Ivan wrote a full pardon for Yermak and his men and promised to send
reinforcements and supplies to Siberia.
(ON, 2/04, p.5)
1584 Jan 7, This was the last day
of the Julian calendar in Bohemia & Holy Roman empire. The 1582
Gregorian (or New World) calendar was adopted by this time in Belgium,
most of the German Roman Catholic states and the Netherlands.
(SFEC, 10/3/99, Par p.27)(MC, 1/7/02)
1584 Mar 18, Ivan IV (53), the
terrible, Russian tsar (1547-84), died. He was succeeded by his
weak-minded son, Fyodor I. Boris Godunov, Fyodor’s brother-in-law,
assumed general control.

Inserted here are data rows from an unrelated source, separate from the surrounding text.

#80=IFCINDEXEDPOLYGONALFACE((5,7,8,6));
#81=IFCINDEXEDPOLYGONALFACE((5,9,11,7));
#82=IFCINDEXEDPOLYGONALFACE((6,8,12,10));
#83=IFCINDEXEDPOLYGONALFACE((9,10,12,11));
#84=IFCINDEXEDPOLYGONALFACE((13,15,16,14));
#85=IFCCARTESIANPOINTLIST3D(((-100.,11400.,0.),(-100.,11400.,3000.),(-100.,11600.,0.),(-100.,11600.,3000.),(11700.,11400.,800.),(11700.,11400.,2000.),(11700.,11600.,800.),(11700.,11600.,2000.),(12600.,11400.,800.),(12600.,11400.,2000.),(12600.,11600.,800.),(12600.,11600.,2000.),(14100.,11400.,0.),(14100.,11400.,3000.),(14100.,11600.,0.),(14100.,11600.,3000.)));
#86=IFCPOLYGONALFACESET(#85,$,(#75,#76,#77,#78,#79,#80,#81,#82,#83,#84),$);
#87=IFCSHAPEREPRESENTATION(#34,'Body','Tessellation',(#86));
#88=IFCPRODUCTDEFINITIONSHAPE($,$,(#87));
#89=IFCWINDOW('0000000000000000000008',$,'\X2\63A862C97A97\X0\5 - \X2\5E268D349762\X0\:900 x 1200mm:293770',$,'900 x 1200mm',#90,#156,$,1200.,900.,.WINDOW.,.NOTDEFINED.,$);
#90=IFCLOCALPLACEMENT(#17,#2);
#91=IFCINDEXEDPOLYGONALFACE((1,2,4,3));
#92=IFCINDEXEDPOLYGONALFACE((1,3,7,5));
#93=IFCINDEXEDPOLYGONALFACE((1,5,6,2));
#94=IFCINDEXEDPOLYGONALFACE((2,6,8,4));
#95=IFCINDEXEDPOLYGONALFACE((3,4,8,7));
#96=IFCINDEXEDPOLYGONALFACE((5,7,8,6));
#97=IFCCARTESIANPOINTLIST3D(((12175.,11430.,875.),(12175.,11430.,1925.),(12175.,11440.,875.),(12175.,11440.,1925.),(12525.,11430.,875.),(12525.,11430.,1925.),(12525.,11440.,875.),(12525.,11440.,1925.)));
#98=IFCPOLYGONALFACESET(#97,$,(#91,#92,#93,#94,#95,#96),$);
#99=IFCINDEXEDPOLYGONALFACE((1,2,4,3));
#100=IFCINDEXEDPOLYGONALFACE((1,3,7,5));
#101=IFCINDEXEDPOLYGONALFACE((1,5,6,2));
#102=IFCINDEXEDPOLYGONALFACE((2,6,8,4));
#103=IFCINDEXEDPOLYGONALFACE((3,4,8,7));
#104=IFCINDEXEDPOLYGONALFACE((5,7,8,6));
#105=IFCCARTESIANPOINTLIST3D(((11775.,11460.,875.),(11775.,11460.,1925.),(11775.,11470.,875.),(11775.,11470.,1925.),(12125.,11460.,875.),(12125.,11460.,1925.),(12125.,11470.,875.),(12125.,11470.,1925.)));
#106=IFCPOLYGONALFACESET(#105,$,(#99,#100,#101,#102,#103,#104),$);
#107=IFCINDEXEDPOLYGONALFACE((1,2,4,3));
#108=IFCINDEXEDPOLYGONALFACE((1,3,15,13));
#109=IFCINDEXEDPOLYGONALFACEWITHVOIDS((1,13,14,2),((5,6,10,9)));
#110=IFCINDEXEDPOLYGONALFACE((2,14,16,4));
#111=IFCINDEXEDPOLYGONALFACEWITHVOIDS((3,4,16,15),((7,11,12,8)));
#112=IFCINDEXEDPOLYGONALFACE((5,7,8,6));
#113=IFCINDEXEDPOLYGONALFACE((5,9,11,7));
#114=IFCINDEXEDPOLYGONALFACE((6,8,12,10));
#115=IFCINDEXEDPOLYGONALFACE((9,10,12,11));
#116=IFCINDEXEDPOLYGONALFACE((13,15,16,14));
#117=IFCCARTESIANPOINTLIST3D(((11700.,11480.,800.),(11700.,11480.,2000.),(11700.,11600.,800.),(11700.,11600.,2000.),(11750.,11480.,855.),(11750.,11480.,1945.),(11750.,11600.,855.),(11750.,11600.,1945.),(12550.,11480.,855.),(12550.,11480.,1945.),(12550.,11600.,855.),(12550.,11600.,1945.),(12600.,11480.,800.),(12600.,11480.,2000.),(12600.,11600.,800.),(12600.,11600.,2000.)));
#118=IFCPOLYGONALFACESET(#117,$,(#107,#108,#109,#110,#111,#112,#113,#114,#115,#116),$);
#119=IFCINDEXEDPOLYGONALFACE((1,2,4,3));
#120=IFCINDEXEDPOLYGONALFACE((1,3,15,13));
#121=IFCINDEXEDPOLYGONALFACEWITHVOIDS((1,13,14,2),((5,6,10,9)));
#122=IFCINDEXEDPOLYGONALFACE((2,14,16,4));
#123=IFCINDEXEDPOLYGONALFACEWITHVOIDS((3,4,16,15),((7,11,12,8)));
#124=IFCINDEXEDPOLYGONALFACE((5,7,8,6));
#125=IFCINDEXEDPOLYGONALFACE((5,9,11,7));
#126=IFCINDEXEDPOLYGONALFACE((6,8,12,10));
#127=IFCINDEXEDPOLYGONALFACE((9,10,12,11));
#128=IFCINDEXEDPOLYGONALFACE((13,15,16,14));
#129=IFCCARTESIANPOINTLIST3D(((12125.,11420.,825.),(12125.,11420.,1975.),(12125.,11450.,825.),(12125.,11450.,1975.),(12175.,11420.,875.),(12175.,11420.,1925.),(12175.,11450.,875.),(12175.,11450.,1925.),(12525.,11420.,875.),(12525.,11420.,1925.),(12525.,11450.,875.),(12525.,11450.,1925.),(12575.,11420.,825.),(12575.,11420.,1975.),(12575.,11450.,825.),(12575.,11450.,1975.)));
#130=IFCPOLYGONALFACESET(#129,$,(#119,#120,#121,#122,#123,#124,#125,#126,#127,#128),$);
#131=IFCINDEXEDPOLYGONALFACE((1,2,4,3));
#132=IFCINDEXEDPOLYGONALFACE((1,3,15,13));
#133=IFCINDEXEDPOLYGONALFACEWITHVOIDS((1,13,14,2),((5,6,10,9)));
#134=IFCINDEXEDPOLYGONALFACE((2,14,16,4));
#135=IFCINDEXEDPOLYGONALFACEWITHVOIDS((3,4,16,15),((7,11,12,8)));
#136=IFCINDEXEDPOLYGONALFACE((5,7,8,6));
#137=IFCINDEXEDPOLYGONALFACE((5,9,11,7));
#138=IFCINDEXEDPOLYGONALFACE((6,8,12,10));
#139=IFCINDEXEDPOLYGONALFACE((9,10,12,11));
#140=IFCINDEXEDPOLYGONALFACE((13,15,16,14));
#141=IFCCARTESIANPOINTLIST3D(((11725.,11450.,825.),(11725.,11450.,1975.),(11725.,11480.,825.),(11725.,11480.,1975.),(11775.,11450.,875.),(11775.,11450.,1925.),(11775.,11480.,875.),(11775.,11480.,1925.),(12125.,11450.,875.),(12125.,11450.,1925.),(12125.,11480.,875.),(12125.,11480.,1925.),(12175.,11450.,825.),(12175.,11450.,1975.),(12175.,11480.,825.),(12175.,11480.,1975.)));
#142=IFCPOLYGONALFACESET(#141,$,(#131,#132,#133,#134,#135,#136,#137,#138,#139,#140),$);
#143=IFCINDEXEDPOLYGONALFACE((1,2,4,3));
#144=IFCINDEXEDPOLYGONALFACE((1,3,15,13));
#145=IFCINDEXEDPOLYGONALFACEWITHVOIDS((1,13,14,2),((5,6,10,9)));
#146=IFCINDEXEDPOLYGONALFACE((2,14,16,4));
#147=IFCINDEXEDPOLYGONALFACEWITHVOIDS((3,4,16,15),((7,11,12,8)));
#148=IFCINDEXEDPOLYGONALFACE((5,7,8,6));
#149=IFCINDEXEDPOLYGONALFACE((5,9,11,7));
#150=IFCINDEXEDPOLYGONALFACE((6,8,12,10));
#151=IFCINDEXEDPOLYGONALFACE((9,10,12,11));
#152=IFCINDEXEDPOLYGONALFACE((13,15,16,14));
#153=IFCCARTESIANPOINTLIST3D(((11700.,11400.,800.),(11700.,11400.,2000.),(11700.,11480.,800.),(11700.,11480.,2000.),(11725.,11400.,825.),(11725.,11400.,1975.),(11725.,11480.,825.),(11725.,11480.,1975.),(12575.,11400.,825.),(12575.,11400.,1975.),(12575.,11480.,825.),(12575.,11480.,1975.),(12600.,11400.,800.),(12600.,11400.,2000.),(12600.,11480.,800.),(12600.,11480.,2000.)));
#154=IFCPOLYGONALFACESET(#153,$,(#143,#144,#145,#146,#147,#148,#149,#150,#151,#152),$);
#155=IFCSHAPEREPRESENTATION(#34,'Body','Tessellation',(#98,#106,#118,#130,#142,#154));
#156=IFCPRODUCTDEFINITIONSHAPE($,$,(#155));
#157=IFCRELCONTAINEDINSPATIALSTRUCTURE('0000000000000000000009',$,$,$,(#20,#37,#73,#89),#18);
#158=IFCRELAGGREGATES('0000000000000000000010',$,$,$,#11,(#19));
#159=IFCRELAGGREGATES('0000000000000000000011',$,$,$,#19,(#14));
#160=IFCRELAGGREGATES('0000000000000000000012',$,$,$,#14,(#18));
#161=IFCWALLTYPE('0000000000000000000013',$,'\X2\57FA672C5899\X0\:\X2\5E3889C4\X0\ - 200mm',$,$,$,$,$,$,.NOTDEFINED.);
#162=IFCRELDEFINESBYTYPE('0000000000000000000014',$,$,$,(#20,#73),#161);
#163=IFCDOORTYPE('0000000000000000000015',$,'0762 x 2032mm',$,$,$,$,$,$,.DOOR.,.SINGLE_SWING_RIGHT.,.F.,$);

During his rule Ivan replaced the sale of beer
and mead with vodka at state-run taverns.
(TL-MB, 1988, p.23)(MC, 3/18/02)(SFC, 9/5/03, p.A8)
1584 Mar 25, Sir Walter Raleigh,
English explorer, courtier, and writer, renewed Humphrey Gilbert's
patent to explore North America. He went on to settle the Virginia
colony on Roanoke Island (North Carolina), naming it after the virgin
queen.
(TL-MB, 1988, p.23)(MC, 3/25/02)
1584 Apr 29, Melchior Teschner,
composer, was born.
(MC, 4/29/02)
1584 Jul 10, William of Orange
(1533-1584), Prince of Orange (1544-1584), Count of Nassau (1559-1584),
and first stadholder of the United Provinces of the Netherlands, was
assassinated by Burgundian Balthasar Gerard (25) with a handgun. Philip
II of Spain had called for a volunteer assassin due to William’s
reluctance take a public stand on religious issues. William was
succeeded by his 17-year-old son, Maurice of Nassau. In 2006 Lisa
Jardine authored “The Awful End of Prince William the Silent.”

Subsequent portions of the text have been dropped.